Wenn die Temperatur passt, kannst du die Fische umsetzen. Wichtig ist, das du den eingefahrenen Filter an dem neuen Teich weiter laufen lässt. Der Filter sollte nach Möglichkeit nicht trocken werden, da dir sonst die wichtigen Bakterien absterben. Wenn du nur für weinige Minuten das Wasser raus lässt, wird das schon klappen.

Besorge dir auf jeden Fall einen Tröpfchentest für das Nitrit. Am Anfang zwei mal täglich prüfen, und falls erforderlich mit Teilwasserwechsel reagieren.
Die Fische die ersten Tage nicht füttern!!!

Dann wird schon alles glatt gehen.

Gruß Klaus


----------



## robsig12 (23. Apr. 2009)

*AW: Erstbefüllung / Vorgehen?*

Ich persönlich würde erst nach einem Monat umsetzen.

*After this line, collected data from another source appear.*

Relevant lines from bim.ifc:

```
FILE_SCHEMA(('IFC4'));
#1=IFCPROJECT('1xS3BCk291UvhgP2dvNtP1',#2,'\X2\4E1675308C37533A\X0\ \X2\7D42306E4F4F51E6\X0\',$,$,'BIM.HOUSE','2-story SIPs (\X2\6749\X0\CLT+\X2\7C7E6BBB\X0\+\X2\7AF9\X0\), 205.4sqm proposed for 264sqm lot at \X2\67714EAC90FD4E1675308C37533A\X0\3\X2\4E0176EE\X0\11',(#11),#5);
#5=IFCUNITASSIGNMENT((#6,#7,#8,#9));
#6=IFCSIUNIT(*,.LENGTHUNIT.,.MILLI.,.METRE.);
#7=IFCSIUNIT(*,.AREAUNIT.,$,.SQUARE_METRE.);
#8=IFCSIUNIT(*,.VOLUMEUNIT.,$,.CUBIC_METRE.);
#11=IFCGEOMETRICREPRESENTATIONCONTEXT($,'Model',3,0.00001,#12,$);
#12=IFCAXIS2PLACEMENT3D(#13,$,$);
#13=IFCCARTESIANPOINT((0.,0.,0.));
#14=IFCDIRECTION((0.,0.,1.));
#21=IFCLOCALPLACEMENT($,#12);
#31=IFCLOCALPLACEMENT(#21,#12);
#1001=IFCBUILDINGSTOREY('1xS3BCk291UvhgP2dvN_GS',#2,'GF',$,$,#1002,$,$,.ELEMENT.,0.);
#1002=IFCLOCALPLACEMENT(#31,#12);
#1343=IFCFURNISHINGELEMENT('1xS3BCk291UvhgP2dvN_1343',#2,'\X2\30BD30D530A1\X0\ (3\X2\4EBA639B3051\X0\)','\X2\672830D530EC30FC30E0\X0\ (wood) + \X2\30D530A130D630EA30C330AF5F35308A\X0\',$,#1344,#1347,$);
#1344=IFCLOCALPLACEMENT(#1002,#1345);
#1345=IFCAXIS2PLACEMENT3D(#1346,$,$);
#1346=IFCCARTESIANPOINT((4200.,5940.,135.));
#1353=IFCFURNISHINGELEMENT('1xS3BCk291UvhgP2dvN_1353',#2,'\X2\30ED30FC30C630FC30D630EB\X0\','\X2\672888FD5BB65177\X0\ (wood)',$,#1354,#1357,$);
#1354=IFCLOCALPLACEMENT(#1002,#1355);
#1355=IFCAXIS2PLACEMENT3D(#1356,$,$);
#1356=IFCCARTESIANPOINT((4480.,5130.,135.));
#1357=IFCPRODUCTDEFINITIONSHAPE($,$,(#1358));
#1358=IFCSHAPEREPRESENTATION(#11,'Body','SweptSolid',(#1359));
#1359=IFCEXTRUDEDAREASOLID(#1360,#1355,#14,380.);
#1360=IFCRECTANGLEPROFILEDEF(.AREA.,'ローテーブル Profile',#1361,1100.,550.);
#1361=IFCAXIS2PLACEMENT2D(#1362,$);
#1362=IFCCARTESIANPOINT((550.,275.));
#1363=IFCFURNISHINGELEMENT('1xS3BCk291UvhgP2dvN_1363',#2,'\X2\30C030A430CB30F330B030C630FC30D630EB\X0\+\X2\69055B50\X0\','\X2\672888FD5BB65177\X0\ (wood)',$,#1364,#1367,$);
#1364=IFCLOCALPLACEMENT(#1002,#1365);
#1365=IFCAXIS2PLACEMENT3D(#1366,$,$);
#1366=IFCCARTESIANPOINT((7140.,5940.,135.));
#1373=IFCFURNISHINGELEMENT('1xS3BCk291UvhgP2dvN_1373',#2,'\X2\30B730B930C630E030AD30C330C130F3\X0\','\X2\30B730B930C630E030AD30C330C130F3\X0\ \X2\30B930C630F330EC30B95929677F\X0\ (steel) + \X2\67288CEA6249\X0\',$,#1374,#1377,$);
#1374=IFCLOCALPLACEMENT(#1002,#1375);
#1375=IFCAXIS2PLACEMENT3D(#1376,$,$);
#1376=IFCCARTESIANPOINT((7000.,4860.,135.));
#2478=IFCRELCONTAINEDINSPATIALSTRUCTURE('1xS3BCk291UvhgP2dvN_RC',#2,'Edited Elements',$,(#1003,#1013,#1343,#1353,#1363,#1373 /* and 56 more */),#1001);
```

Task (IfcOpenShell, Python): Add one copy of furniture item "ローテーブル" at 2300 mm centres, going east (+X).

```python
import numpy as np
import ifcopenshell
import ifcopenshell.api.geometry
import ifcopenshell.api.root
import ifcopenshell.util.element
import ifcopenshell.util.placement

model = ifcopenshell.open("bim.ifc")


def reuse_history(source, copy):
    """copy_class also copies each property set's owner history, people and application; keep the originals."""
    for rel in copy.IsDefinedBy:
        if rel.is_a("IfcRelDefinesByProperties") and (history := rel.RelatingPropertyDefinition.OwnerHistory):
            rel.RelatingPropertyDefinition.OwnerHistory = source.OwnerHistory
            ifcopenshell.util.element.remove_deep2(model, history)


source = model.by_guid("1xS3BCk291UvhgP2dvN_1353")
base = ifcopenshell.util.placement.get_local_placement(source.ObjectPlacement)
step = np.array([1.0, 0.0, 0.0]) * 2300.0

for i in range(1, 2):
    copy = ifcopenshell.api.root.copy_class(model, product=source)
    copy.Representation = ifcopenshell.util.element.copy_deep(
        model, source.Representation, exclude=["IfcGeometricRepresentationContext", "IfcRepresentationMap"]
    )
    reuse_history(source, copy)
    matrix = base.copy()
    matrix[:3, 3] += i * step
    print("added at", matrix[:3, 3].round(3) + 0.0)
    ifcopenshell.api.geometry.edit_object_placement(model, product=copy, matrix=matrix, is_si=False)

model.write("bim_updated.ifc")
```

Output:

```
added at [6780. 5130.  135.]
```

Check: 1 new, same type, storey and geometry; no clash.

Wasser sollte schon etwas abgestanden, und gleich Temperatur haben. Schade dass der Filter nicht jetzt schon laufen kann. Evtl. Gibst Du ein paar Eimer Wasser vom alten Teich in den neuen, so kommen ein wenig Bakterien in den neuen Teich.


----------



## thomas.pajonk (23. Apr. 2009)

*AW: Erstbefüllung / Vorgehen?*

Ich will auf jeden Fall Wasser "mitnehmen". Der Transportweg ist nich weit. Es dauert ca. 15 Minuten. In den Filtern kann ich etwas Wasser stehen lassen. Das Wasser wurde gestern eingelassen, das Umsetzen ist für Samstag geplant. Die Temperatur sollte bis dahin stimmen, da der alte Teich nicht beheizt ist und die Temp. im Moment nur 5 °C abweicht.


----------



## Koi-Uwe (23. Apr. 2009)

*AW: Erstbefüllung / Vorgehen?*

Nach 15 Minuten sind die Bakkies im Filter hin. Aber wie schon gesagt wurde, erst einmal nicht füttern, oder wenn nur gaaaaaaaanz wenig. Und Die Wasserwerte kontrollieren.


----------